### EXERCISE REQUIREMENTS
Each line below from the one containing "#112=IFCINDEXEDPOLYGONALFACE((1,2,4,3));" through the one containing "#117=IFCINDEXEDPOLYGONALFACE((5,7,8,6));" is to be given again exactly, and no line outside that span.

┄┄┄┄┄┄┄┄┄┄

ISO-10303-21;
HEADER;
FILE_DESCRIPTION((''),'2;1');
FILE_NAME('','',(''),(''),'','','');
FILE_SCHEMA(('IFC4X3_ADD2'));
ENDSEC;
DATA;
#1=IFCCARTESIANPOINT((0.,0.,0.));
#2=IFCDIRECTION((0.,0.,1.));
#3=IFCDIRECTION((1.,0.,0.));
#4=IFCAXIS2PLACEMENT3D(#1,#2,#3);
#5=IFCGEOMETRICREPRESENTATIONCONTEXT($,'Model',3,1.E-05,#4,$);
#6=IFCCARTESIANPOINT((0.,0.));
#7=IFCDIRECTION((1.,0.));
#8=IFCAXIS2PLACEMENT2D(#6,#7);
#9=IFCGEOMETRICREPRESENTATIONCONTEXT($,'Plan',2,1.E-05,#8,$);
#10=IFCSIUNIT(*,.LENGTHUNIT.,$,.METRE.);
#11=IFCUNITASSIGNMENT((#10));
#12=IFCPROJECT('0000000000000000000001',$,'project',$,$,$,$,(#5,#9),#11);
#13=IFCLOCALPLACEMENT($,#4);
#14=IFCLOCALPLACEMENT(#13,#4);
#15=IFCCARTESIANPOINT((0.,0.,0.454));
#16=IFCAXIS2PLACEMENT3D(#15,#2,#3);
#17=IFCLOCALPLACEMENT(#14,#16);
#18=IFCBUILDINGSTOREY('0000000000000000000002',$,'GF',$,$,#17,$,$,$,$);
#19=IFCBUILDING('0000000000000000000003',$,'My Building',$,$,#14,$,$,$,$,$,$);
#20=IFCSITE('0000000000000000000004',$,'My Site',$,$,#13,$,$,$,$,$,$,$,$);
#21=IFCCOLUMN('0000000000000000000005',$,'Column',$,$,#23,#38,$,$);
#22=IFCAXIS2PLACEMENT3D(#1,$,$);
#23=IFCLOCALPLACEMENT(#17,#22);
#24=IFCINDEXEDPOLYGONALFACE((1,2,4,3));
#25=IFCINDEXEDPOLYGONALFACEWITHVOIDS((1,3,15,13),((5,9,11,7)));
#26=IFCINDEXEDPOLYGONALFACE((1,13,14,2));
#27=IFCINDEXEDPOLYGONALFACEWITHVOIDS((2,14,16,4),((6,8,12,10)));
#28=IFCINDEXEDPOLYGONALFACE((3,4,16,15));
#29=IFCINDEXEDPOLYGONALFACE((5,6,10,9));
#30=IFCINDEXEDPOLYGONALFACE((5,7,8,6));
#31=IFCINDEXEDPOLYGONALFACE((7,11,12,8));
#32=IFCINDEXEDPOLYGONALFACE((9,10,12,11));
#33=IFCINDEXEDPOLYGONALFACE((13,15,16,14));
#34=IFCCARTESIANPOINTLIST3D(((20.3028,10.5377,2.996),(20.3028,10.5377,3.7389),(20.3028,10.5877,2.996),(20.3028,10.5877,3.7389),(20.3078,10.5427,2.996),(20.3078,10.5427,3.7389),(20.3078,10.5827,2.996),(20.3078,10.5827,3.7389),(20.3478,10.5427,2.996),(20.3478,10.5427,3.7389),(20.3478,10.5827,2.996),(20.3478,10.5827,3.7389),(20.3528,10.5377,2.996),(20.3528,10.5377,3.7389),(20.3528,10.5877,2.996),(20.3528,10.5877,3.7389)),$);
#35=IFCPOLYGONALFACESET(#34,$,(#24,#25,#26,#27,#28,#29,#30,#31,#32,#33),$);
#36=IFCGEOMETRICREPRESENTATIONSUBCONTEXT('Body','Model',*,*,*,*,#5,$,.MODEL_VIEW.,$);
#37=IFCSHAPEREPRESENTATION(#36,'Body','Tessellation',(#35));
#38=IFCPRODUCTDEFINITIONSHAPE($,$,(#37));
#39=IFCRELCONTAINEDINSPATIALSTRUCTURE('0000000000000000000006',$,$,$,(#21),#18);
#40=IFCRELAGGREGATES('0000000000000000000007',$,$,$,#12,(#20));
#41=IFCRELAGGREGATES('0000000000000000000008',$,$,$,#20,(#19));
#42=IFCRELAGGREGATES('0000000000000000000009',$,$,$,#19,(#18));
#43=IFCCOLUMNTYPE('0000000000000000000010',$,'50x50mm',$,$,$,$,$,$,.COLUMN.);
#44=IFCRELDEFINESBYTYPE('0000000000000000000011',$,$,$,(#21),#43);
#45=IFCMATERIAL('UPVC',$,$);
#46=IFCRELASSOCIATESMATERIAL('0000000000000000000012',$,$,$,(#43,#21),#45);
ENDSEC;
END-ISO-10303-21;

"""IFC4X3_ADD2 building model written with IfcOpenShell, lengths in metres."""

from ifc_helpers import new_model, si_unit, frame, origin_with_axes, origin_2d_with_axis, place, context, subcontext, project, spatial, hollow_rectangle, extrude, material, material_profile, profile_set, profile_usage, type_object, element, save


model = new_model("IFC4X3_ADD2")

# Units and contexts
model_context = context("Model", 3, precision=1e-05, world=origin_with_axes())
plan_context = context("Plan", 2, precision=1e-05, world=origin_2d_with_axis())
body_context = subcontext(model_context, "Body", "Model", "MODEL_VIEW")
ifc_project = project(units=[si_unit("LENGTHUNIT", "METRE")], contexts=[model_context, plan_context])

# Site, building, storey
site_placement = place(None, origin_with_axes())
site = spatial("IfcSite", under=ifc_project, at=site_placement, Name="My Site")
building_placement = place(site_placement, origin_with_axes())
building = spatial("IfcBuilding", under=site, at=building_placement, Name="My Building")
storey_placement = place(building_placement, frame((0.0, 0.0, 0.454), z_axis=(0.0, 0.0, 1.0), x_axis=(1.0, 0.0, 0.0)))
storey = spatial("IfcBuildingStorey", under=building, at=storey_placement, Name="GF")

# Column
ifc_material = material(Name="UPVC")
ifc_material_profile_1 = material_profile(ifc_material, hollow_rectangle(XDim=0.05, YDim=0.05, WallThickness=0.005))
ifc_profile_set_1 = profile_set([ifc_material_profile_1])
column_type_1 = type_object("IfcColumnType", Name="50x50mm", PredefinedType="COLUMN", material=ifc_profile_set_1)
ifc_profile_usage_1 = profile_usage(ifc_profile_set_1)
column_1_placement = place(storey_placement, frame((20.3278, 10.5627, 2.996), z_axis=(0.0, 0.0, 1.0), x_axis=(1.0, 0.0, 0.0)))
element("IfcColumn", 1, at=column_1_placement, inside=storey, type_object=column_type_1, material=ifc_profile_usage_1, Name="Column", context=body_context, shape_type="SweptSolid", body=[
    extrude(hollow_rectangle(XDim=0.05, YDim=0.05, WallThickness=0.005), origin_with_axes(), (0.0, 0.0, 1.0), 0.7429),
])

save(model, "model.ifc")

┄┄┄┄┄┄┄┄┄┄

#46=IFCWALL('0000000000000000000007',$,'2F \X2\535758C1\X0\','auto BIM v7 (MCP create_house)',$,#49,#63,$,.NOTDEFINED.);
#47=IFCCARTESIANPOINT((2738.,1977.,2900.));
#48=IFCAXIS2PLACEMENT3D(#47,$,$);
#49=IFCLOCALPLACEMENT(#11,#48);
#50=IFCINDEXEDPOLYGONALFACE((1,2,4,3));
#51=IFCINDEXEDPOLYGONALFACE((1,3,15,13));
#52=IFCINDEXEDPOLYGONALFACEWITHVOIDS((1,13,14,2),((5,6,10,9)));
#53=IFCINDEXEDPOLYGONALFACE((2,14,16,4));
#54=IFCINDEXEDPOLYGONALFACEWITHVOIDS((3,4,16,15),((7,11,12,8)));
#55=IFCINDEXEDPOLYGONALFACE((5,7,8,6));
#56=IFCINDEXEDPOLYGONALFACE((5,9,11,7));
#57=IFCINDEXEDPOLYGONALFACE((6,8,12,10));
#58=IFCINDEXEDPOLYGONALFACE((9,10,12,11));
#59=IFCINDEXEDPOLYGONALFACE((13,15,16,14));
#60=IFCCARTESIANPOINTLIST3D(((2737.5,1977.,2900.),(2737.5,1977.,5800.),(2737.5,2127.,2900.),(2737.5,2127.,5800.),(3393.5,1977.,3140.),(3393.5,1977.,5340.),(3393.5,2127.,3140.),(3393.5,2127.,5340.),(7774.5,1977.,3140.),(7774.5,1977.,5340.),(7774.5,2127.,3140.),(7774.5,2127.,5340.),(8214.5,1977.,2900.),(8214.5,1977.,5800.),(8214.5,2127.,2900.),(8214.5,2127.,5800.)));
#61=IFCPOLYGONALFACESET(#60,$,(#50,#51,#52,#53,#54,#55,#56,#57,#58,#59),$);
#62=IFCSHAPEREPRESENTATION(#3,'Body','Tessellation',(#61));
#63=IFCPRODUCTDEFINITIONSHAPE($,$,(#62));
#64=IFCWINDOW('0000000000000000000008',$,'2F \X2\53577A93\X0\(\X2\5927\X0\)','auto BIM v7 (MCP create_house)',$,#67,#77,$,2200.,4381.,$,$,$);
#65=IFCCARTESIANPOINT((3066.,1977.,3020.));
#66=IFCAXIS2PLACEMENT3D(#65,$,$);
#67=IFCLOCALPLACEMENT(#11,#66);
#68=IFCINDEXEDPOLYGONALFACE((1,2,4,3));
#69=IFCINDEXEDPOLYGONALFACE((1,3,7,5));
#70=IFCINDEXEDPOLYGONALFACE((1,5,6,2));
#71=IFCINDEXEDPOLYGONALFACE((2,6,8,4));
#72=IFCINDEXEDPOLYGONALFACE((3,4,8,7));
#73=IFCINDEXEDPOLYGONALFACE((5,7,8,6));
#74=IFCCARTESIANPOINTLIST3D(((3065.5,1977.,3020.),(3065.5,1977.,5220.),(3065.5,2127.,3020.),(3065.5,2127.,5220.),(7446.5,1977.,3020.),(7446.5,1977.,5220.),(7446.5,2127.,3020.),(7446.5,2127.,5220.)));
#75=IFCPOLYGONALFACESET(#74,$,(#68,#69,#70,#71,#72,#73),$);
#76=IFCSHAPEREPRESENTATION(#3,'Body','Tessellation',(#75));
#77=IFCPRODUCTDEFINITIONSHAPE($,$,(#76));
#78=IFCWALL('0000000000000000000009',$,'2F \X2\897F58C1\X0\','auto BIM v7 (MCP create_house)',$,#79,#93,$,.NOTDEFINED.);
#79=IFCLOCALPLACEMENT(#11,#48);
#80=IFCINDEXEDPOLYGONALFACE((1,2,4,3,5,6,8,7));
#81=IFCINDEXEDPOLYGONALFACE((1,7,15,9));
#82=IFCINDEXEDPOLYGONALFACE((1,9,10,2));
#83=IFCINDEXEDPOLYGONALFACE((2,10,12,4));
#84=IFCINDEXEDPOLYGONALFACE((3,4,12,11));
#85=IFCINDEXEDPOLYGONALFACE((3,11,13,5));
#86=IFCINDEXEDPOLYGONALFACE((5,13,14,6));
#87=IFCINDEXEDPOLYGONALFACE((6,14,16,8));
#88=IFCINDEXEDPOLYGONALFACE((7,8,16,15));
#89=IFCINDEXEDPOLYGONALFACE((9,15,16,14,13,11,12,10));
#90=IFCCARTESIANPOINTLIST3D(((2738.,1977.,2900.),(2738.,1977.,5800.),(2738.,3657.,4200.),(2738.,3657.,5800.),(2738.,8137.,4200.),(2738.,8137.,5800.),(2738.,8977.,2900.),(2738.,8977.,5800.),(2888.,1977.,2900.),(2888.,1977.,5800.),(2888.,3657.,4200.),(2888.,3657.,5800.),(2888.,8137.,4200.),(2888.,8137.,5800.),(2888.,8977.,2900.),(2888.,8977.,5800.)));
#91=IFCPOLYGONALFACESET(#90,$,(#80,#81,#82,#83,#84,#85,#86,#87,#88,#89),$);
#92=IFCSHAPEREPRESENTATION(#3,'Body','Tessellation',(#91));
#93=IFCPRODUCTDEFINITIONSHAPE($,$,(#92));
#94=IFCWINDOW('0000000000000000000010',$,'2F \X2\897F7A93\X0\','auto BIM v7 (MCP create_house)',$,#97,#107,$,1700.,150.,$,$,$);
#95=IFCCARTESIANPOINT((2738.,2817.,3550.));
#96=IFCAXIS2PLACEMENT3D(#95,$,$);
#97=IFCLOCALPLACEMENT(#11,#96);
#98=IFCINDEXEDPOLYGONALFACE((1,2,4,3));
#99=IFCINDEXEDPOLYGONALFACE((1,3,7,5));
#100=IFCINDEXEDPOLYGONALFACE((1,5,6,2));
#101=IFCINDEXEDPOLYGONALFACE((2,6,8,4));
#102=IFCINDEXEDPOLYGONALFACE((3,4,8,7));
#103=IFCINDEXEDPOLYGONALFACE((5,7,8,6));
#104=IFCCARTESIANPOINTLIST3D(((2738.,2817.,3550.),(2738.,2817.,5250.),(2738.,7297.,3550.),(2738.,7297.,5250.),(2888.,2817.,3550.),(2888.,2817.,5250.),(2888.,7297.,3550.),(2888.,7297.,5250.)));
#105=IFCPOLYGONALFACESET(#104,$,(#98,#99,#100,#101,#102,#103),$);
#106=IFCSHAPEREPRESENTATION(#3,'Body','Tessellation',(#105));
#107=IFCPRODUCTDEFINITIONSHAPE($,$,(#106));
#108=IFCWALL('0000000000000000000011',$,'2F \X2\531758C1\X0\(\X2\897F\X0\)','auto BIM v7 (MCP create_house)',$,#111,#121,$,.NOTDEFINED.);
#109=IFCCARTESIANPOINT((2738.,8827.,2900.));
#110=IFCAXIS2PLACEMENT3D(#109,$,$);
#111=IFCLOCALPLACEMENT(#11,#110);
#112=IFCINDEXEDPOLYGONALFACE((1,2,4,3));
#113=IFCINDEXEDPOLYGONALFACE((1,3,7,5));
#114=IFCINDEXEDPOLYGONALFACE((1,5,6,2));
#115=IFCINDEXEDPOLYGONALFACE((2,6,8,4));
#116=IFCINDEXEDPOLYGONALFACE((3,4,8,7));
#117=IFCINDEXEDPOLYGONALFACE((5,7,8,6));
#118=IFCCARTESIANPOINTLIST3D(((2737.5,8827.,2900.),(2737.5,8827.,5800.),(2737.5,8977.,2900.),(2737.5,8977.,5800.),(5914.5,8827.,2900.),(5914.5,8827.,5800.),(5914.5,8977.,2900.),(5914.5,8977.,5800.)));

┄┄┄┄┄┄┄┄┄┄

### RESPONSE BELOW
#112=IFCINDEXEDPOLYGONALFACE((1,2,4,3));
#113=IFCINDEXEDPOLYGONALFACE((1,3,7,5));
#114=IFCINDEXEDPOLYGONALFACE((1,5,6,2));
#115=IFCINDEXEDPOLYGONALFACE((2,6,8,4));
#116=IFCINDEXEDPOLYGONALFACE((3,4,8,7));
#117=IFCINDEXEDPOLYGONALFACE((5,7,8,6));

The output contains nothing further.